Politicians will pat themselves on the back for their “war on cancer.”
It’s already starting. I just wrote about two weeks ago:
Perhaps not coincidentally, the media is now pushing a narrative about younger and younger people getting cancer. Citing a new study, here’s a story with the somewhat misleading headline, Young People Are Getting Way More Cancer Than Old People Did:
It's important to note, of course, that senior citizens and people over the age of 50 are still being diagnosed with more cancer than young people. And young people still aren't getting cancer too much in absolute terms. According to the National Cancer Institute, there are fewer than 25 cases per 100,000 people in age groups under age 20, about 350 cases per 100,000 people among people 45–49, and more than 1,000 cases per 100,000 people in those who are 60 years and older.
This study, however, says early-onset cancer may be the next global epidemic, and that future generations may be even more likely to develop the disease.
If this mRNA cancer link is for real, that writer from the Atlantic is literally helping kids get cancer.
Ethics, people?
If there is any real risk of a new vaccine technology causing sudden and rapid cancers, even in a small number of people, it should be pulled off the market immediately.
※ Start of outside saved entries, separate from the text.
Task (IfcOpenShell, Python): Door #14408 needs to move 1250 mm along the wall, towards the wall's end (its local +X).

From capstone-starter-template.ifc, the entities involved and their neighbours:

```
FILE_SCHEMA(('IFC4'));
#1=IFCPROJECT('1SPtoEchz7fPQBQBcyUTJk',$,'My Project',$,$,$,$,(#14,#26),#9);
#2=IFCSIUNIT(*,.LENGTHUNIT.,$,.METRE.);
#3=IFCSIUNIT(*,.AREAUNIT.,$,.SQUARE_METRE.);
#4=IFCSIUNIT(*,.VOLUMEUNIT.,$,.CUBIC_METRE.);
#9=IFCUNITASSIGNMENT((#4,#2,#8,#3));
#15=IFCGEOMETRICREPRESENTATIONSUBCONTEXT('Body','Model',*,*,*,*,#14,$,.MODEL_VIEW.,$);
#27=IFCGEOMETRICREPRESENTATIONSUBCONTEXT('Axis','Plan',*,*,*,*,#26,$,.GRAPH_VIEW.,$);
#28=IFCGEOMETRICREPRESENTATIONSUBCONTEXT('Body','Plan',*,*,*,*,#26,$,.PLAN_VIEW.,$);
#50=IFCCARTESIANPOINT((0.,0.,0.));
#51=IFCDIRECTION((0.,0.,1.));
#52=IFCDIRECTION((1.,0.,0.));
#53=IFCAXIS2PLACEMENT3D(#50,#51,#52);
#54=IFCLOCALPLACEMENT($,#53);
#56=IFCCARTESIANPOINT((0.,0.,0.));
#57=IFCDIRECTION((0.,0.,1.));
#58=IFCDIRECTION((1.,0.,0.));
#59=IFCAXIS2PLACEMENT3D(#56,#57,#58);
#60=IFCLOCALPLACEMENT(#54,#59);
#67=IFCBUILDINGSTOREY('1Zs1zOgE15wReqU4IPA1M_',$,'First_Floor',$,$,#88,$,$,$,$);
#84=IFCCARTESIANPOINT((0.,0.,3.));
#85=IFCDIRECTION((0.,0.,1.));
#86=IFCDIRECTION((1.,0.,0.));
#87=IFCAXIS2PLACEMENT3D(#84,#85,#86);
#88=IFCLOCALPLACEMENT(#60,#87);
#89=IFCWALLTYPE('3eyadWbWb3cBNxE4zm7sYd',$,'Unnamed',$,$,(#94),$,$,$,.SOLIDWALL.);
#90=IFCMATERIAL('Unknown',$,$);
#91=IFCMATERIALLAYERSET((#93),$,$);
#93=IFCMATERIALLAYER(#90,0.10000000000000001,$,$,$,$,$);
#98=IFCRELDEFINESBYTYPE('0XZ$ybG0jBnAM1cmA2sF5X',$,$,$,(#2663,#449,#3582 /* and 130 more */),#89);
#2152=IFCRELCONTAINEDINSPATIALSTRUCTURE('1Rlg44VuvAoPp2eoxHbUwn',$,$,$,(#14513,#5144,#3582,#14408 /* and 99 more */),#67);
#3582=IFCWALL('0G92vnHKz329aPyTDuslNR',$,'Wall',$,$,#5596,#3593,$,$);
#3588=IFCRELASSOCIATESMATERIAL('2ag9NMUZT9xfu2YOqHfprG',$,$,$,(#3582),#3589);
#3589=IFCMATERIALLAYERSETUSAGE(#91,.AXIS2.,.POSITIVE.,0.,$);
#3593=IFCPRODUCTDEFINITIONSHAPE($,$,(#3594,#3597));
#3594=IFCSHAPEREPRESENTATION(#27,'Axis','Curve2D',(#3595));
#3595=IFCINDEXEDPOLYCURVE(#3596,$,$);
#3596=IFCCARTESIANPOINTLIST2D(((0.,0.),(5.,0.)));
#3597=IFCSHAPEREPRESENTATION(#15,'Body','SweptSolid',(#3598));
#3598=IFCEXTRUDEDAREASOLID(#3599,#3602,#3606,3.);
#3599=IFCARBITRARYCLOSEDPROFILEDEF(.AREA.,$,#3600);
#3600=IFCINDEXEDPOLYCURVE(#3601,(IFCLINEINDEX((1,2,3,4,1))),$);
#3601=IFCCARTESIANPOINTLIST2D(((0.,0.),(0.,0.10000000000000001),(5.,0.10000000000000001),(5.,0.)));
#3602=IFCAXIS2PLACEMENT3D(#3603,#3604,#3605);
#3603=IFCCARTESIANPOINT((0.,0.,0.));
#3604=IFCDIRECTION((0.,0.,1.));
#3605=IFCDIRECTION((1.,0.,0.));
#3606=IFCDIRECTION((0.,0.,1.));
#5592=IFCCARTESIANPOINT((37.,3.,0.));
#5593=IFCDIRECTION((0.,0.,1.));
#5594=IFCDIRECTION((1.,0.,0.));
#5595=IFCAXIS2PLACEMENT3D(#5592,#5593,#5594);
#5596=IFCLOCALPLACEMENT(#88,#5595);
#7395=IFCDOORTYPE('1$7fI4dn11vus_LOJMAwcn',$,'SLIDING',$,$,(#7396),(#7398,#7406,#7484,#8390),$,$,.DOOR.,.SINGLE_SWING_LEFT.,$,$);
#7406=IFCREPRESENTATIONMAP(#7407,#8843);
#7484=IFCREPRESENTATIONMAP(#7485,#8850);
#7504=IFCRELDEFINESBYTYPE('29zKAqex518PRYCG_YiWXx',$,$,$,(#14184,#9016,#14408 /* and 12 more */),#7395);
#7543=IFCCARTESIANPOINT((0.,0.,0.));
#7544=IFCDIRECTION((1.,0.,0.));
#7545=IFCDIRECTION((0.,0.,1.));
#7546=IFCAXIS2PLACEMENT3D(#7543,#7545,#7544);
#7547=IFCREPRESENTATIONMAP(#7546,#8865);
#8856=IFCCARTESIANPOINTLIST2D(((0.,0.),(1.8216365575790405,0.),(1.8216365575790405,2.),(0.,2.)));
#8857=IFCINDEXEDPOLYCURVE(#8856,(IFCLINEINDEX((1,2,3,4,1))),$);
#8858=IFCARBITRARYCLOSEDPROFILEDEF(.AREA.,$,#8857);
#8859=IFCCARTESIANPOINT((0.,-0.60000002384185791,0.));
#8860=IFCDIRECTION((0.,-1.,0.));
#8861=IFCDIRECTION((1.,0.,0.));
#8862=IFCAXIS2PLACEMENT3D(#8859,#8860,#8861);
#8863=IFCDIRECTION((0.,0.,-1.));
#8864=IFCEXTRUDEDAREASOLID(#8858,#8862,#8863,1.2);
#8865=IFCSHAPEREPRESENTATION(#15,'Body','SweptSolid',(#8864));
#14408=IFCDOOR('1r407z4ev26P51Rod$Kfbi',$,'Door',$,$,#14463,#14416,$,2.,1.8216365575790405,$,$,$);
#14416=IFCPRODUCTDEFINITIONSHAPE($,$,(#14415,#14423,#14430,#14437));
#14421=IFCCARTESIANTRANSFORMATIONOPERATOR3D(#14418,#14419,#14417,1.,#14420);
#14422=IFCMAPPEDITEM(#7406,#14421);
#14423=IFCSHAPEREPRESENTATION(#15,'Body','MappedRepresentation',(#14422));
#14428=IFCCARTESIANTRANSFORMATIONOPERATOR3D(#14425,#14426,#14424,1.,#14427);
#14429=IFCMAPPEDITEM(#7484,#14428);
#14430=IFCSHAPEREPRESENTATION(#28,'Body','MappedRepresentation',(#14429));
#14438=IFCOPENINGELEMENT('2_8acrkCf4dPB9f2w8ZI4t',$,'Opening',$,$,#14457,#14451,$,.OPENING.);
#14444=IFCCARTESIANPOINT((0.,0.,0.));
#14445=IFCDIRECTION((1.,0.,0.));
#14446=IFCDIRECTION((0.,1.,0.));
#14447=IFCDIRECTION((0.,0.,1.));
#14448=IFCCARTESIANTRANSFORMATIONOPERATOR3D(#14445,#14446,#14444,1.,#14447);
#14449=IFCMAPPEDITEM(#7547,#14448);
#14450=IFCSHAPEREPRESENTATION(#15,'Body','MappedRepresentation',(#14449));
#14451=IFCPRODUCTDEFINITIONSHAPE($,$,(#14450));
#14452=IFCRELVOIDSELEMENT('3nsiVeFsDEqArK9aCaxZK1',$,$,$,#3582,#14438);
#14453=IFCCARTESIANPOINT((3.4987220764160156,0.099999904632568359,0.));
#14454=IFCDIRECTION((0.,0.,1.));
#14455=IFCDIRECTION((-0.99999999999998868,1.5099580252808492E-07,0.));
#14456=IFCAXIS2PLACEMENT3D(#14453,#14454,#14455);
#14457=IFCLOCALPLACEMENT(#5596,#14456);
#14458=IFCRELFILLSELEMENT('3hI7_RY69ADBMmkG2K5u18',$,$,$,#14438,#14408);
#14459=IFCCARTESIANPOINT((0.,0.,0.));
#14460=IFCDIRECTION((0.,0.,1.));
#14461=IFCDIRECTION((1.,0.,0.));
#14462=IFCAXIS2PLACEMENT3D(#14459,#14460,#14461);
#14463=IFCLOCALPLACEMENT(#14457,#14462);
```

```python
import ifcopenshell
import ifcopenshell.api.geometry
import ifcopenshell.util.placement

model = ifcopenshell.open("capstone-starter-template.ifc")

door = model.by_guid("1r407z4ev26P51Rod$Kfbi")
opening = door.FillsVoids[0].RelatingOpeningElement
wall = opening.VoidsElements[0].RelatingBuildingElement

wall_matrix = ifcopenshell.util.placement.get_local_placement(wall.ObjectPlacement)
shift = wall_matrix[:3, 0] * 1.25
before = ifcopenshell.util.placement.get_local_placement(door.ObjectPlacement)[:3, 3].copy()

# The door is placed relative to its opening, so it follows when the opening moves.
matrix = ifcopenshell.util.placement.get_local_placement(opening.ObjectPlacement)
matrix[:3, 3] += shift
ifcopenshell.api.geometry.edit_object_placement(
    model, product=opening, matrix=matrix, is_si=False, should_transform_children=True
)

after = ifcopenshell.util.placement.get_local_placement(door.ObjectPlacement)[:3, 3]
print("door moved by", (after - before).round(3) + 0.0)

model.write("capstone-starter-template_updated.ifc")
```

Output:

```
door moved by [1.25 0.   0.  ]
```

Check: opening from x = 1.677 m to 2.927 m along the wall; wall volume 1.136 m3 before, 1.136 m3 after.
In the least, stop giving it to children, goddammit.
What is wrong with you people?
I think we are at the stage where even if 100 percent of people dropped dead immediately on receiving the shots they would still claim that the risk/benefit in dropping dead was preferable to 'covid'
Great article! Paraphrase: I was a little sick, got a shot, got a little more sick. Then yeah I decided/was told I needed another shot and got even more sick. But it’s all good. Take your shot people!